### SUPPLIED RECORDS
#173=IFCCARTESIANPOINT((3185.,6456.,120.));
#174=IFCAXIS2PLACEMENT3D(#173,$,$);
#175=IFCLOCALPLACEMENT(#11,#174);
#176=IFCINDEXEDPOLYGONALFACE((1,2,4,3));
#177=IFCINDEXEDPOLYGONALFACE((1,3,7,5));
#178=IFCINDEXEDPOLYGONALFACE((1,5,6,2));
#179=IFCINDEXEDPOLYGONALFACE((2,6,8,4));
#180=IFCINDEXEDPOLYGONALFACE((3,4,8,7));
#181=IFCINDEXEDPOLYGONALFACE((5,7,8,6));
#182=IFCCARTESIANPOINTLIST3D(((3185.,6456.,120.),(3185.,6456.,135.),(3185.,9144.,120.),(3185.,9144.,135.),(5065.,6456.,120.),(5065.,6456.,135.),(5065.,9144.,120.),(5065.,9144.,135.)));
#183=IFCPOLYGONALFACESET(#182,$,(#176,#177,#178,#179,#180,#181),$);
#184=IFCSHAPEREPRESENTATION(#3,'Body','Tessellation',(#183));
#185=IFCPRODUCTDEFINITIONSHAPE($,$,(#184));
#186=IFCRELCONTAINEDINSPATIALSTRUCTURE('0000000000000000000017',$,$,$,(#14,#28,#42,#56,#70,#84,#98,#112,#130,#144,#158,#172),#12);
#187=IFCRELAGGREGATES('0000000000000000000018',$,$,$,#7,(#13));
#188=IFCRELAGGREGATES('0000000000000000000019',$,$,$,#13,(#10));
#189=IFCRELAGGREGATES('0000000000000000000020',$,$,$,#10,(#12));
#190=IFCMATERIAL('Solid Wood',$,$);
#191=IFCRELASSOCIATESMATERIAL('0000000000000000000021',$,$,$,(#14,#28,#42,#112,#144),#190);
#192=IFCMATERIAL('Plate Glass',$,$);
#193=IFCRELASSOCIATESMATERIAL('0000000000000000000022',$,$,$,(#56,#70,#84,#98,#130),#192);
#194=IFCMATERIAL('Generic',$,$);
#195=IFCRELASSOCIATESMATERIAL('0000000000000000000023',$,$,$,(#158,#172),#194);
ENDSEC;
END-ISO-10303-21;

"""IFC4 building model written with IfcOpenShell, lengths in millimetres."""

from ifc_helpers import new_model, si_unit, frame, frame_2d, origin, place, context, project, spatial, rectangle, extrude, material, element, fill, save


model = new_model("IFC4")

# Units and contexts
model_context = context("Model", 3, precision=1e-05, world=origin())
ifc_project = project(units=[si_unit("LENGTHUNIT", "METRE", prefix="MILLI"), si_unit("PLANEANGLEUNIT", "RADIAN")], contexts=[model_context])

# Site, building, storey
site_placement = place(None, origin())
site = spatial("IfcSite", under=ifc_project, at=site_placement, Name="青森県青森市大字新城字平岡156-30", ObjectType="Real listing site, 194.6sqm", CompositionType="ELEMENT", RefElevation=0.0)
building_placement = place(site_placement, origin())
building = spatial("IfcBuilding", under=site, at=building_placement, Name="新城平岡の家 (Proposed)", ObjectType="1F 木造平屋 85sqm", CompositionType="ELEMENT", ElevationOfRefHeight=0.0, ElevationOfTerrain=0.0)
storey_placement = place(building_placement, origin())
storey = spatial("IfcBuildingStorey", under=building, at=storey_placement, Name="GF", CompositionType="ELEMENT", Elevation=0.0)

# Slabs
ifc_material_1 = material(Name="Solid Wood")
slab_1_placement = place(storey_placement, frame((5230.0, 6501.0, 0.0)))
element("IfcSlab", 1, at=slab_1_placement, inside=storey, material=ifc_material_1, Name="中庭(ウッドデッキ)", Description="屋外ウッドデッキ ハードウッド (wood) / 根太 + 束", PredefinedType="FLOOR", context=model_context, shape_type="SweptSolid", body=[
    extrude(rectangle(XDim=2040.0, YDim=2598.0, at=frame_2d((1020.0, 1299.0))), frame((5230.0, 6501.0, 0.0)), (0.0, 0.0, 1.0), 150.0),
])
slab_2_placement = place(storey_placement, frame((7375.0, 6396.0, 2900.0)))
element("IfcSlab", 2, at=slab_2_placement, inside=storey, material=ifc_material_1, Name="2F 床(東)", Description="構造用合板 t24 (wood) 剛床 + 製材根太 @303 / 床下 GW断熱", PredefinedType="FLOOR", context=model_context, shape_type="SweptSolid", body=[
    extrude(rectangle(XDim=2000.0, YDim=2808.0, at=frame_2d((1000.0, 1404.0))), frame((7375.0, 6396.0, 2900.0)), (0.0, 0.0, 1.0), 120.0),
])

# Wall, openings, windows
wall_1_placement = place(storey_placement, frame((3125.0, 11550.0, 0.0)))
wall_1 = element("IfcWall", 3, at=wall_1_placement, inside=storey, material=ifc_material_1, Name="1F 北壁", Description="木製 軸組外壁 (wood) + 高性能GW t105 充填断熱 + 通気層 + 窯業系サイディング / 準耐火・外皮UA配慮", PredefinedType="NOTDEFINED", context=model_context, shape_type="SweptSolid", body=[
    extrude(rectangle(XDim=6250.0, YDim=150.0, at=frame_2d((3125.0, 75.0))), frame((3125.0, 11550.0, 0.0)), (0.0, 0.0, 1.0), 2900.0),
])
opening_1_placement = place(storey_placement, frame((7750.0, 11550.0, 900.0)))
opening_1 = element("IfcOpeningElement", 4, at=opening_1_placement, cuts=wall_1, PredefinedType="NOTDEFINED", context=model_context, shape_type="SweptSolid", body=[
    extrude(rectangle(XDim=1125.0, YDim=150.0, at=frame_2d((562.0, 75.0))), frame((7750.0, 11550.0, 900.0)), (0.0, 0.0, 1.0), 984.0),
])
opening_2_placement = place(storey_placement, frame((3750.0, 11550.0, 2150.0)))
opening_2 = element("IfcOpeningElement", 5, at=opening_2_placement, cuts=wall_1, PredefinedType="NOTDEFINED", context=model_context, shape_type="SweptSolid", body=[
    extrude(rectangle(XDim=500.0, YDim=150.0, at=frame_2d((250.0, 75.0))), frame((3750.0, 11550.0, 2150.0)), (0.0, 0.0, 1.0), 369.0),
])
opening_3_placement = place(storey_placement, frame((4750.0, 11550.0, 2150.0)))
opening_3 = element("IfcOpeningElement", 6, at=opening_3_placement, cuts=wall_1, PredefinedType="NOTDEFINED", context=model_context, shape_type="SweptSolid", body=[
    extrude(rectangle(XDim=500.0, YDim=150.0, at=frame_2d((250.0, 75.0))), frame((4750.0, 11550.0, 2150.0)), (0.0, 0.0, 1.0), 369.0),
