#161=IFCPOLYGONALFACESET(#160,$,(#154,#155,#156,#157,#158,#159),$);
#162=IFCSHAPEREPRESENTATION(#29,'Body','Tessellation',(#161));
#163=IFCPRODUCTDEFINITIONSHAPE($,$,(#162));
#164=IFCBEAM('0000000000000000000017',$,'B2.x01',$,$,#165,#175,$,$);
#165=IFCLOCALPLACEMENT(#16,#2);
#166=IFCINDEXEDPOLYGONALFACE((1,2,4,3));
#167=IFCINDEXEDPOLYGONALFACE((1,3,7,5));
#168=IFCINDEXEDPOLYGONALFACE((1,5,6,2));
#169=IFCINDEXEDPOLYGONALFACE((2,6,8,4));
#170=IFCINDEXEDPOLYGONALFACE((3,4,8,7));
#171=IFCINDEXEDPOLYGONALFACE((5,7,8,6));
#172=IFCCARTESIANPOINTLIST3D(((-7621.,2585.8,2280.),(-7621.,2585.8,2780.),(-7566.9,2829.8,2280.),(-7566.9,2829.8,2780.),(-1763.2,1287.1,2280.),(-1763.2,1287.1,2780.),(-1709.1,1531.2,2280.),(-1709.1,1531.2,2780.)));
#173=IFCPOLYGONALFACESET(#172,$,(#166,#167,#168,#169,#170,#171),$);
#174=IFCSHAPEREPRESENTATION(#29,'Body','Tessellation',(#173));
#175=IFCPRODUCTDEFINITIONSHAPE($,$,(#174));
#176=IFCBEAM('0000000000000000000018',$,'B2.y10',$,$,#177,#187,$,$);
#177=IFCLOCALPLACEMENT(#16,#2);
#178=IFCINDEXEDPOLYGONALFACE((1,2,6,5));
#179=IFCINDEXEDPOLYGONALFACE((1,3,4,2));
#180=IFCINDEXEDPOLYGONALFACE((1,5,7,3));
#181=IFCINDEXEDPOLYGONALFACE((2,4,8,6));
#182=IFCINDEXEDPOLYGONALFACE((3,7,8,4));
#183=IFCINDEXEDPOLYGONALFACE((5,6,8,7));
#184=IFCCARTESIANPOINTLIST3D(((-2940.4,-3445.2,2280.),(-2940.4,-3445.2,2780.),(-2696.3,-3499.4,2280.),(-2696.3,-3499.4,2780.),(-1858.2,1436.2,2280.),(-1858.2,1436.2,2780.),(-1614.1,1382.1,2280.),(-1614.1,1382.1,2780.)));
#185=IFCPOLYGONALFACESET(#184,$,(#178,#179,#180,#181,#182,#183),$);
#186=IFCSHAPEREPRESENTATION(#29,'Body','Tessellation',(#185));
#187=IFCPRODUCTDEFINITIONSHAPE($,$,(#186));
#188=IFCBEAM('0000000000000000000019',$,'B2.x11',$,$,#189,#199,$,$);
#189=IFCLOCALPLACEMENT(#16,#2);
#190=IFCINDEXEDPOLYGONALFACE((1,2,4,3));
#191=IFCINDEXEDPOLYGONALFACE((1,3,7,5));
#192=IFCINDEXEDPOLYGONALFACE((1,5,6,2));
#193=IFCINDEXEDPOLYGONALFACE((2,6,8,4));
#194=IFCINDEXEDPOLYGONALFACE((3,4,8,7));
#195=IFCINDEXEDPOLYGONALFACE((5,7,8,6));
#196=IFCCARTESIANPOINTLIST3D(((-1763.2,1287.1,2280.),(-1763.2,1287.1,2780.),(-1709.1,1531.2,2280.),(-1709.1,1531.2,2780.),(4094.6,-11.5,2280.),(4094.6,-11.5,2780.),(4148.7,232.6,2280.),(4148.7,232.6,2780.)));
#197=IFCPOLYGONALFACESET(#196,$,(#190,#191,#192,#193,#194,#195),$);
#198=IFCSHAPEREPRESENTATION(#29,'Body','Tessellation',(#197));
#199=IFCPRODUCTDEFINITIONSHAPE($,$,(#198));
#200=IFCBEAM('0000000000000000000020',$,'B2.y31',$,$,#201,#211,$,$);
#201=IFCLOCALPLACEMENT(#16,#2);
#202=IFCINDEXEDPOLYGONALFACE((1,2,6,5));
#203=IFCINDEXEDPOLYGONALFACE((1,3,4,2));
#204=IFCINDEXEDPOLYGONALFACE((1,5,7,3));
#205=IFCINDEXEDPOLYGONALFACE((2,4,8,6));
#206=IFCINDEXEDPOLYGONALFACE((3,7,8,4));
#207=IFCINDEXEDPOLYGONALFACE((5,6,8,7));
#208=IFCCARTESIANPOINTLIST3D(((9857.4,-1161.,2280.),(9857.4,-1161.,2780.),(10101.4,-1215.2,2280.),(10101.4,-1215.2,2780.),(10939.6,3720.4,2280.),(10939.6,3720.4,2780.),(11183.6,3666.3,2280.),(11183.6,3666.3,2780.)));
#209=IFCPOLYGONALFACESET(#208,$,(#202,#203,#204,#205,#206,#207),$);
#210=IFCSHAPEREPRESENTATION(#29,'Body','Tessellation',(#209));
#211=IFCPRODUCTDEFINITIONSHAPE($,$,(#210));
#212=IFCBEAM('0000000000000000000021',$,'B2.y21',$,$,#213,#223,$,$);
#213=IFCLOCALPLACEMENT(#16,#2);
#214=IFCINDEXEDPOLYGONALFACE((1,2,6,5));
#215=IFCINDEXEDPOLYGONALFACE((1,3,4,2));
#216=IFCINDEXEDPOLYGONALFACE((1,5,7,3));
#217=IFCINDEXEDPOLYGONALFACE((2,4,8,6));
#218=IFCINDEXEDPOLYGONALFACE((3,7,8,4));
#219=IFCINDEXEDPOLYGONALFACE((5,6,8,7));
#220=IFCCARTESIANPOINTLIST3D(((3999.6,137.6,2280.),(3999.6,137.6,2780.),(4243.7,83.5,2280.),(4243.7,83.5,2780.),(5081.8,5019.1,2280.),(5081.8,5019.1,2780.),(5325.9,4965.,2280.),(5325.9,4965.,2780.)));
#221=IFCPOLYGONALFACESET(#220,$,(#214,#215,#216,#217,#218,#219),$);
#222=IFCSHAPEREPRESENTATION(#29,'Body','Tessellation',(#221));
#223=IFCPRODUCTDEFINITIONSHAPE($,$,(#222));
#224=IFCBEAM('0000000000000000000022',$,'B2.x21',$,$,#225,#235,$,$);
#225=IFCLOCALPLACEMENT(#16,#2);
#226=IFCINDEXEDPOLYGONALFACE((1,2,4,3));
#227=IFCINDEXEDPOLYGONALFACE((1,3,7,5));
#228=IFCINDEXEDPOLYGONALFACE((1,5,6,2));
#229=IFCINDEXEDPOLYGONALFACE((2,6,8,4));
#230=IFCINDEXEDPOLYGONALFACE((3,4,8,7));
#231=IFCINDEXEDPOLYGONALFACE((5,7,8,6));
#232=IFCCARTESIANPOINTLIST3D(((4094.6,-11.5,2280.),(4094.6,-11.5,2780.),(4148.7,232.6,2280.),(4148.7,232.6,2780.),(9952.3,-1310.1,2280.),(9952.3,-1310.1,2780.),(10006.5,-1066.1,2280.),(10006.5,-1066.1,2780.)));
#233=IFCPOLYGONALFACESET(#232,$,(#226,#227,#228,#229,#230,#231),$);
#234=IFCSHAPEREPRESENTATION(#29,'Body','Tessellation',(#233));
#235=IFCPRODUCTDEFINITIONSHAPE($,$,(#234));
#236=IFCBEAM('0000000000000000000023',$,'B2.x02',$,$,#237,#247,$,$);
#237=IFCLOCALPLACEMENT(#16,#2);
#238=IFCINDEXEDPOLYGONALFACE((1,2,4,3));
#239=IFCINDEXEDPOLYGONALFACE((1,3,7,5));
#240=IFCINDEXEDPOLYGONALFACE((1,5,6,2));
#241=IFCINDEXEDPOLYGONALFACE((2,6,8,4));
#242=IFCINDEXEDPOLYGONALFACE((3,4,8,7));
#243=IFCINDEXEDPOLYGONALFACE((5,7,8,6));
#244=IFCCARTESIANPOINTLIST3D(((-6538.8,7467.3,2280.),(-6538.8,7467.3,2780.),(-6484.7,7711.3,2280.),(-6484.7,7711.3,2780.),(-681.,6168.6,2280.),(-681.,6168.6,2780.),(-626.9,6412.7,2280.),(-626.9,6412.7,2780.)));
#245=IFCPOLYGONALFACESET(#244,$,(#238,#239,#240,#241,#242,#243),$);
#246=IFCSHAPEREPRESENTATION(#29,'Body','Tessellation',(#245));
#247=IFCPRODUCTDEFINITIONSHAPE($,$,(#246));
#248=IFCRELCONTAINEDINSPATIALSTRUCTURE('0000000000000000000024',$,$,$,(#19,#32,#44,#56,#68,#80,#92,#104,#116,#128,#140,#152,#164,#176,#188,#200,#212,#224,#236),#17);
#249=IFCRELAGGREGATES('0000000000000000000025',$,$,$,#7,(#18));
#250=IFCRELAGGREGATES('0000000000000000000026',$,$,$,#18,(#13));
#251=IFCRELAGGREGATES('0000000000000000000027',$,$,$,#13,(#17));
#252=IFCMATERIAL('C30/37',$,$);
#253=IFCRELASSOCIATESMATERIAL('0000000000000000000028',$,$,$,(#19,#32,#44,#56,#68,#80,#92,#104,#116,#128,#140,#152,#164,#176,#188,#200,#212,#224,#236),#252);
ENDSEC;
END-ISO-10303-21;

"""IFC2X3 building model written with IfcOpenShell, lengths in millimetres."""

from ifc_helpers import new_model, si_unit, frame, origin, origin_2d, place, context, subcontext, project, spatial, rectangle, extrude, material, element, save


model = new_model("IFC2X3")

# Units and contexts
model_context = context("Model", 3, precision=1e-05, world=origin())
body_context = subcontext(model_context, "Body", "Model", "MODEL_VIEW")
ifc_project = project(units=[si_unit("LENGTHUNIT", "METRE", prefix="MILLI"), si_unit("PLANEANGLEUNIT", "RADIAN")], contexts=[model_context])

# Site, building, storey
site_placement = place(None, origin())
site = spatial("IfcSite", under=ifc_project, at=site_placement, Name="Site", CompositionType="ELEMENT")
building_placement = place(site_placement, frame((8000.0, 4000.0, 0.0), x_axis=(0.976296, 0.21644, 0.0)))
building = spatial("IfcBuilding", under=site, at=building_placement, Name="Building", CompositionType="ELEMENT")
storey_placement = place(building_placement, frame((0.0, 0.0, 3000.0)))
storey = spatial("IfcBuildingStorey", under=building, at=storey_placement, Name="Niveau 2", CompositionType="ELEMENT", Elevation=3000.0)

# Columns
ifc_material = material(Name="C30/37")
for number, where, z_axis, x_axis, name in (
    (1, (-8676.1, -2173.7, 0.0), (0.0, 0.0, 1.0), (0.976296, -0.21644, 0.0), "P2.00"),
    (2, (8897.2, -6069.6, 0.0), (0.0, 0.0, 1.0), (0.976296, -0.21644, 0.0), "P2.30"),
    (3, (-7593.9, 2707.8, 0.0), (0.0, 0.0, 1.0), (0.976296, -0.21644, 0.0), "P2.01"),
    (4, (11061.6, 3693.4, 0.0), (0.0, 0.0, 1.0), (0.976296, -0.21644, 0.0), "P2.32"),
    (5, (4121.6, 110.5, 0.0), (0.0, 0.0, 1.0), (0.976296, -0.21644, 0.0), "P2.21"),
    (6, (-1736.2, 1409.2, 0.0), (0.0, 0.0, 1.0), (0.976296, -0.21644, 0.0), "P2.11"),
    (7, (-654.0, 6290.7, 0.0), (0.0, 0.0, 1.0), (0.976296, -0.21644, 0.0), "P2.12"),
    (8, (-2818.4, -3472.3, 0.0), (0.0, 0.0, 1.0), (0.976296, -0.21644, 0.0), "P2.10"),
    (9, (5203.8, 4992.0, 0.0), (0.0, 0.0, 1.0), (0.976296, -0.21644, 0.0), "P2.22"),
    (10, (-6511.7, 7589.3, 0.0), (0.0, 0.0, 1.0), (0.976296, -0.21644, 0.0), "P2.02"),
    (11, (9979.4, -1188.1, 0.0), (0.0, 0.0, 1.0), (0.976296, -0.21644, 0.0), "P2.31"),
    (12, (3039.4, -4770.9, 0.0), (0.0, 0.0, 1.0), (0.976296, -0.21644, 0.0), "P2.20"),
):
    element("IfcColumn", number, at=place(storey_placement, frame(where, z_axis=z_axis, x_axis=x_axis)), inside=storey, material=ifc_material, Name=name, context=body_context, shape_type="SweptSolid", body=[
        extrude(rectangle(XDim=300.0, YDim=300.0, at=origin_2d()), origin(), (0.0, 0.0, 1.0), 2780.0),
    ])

### ASSIGNMENT
From the entries above, write out only the lines starting at the line that holds "#202=IFCINDEXEDPOLYGONALFACE((1,2,6,5));" and ending at the line that holds "#237=IFCLOCALPLACEMENT(#16,#2);", keeping both and matching them exactly.

### SOLUTION TO THE EXERCISE
#202=IFCINDEXEDPOLYGONALFACE((1,2,6,5));
#203=IFCINDEXEDPOLYGONALFACE((1,3,4,2));
#204=IFCINDEXEDPOLYGONALFACE((1,5,7,3));
#205=IFCINDEXEDPOLYGONALFACE((2,4,8,6));
#206=IFCINDEXEDPOLYGONALFACE((3,7,8,4));
#207=IFCINDEXEDPOLYGONALFACE((5,6,8,7));
#208=IFCCARTESIANPOINTLIST3D(((9857.4,-1161.,2280.),(9857.4,-1161.,2780.),(10101.4,-1215.2,2280.),(10101.4,-1215.2,2780.),(10939.6,3720.4,2280.),(10939.6,3720.4,2780.),(11183.6,3666.3,2280.),(11183.6,3666.3,2780.)));
#209=IFCPOLYGONALFACESET(#208,$,(#202,#203,#204,#205,#206,#207),$);
#210=IFCSHAPEREPRESENTATION(#29,'Body','Tessellation',(#209));
#211=IFCPRODUCTDEFINITIONSHAPE($,$,(#210));
#212=IFCBEAM('0000000000000000000021',$,'B2.y21',$,$,#213,#223,$,$);
#213=IFCLOCALPLACEMENT(#16,#2);
#214=IFCINDEXEDPOLYGONALFACE((1,2,6,5));
#215=IFCINDEXEDPOLYGONALFACE((1,3,4,2));
#216=IFCINDEXEDPOLYGONALFACE((1,5,7,3));
#217=IFCINDEXEDPOLYGONALFACE((2,4,8,6));
#218=IFCINDEXEDPOLYGONALFACE((3,7,8,4));
#219=IFCINDEXEDPOLYGONALFACE((5,6,8,7));
#220=IFCCARTESIANPOINTLIST3D(((3999.6,137.6,2280.),(3999.6,137.6,2780.),(4243.7,83.5,2280.),(4243.7,83.5,2780.),(5081.8,5019.1,2280.),(5081.8,5019.1,2780.),(5325.9,4965.,2280.),(5325.9,4965.,2780.)));
#221=IFCPOLYGONALFACESET(#220,$,(#214,#215,#216,#217,#218,#219),$);
#222=IFCSHAPEREPRESENTATION(#29,'Body','Tessellation',(#221));
#223=IFCPRODUCTDEFINITIONSHAPE($,$,(#222));
#224=IFCBEAM('0000000000000000000022',$,'B2.x21',$,$,#225,#235,$,$);
#225=IFCLOCALPLACEMENT(#16,#2);
#226=IFCINDEXEDPOLYGONALFACE((1,2,4,3));
#227=IFCINDEXEDPOLYGONALFACE((1,3,7,5));
#228=IFCINDEXEDPOLYGONALFACE((1,5,6,2));
#229=IFCINDEXEDPOLYGONALFACE((2,6,8,4));
#230=IFCINDEXEDPOLYGONALFACE((3,4,8,7));
#231=IFCINDEXEDPOLYGONALFACE((5,7,8,6));
#232=IFCCARTESIANPOINTLIST3D(((4094.6,-11.5,2280.),(4094.6,-11.5,2780.),(4148.7,232.6,2280.),(4148.7,232.6,2780.),(9952.3,-1310.1,2280.),(9952.3,-1310.1,2780.),(10006.5,-1066.1,2280.),(10006.5,-1066.1,2780.)));
#233=IFCPOLYGONALFACESET(#232,$,(#226,#227,#228,#229,#230,#231),$);
#234=IFCSHAPEREPRESENTATION(#29,'Body','Tessellation',(#233));
#235=IFCPRODUCTDEFINITIONSHAPE($,$,(#234));
#236=IFCBEAM('0000000000000000000023',$,'B2.x02',$,$,#237,#247,$,$);
#237=IFCLOCALPLACEMENT(#16,#2);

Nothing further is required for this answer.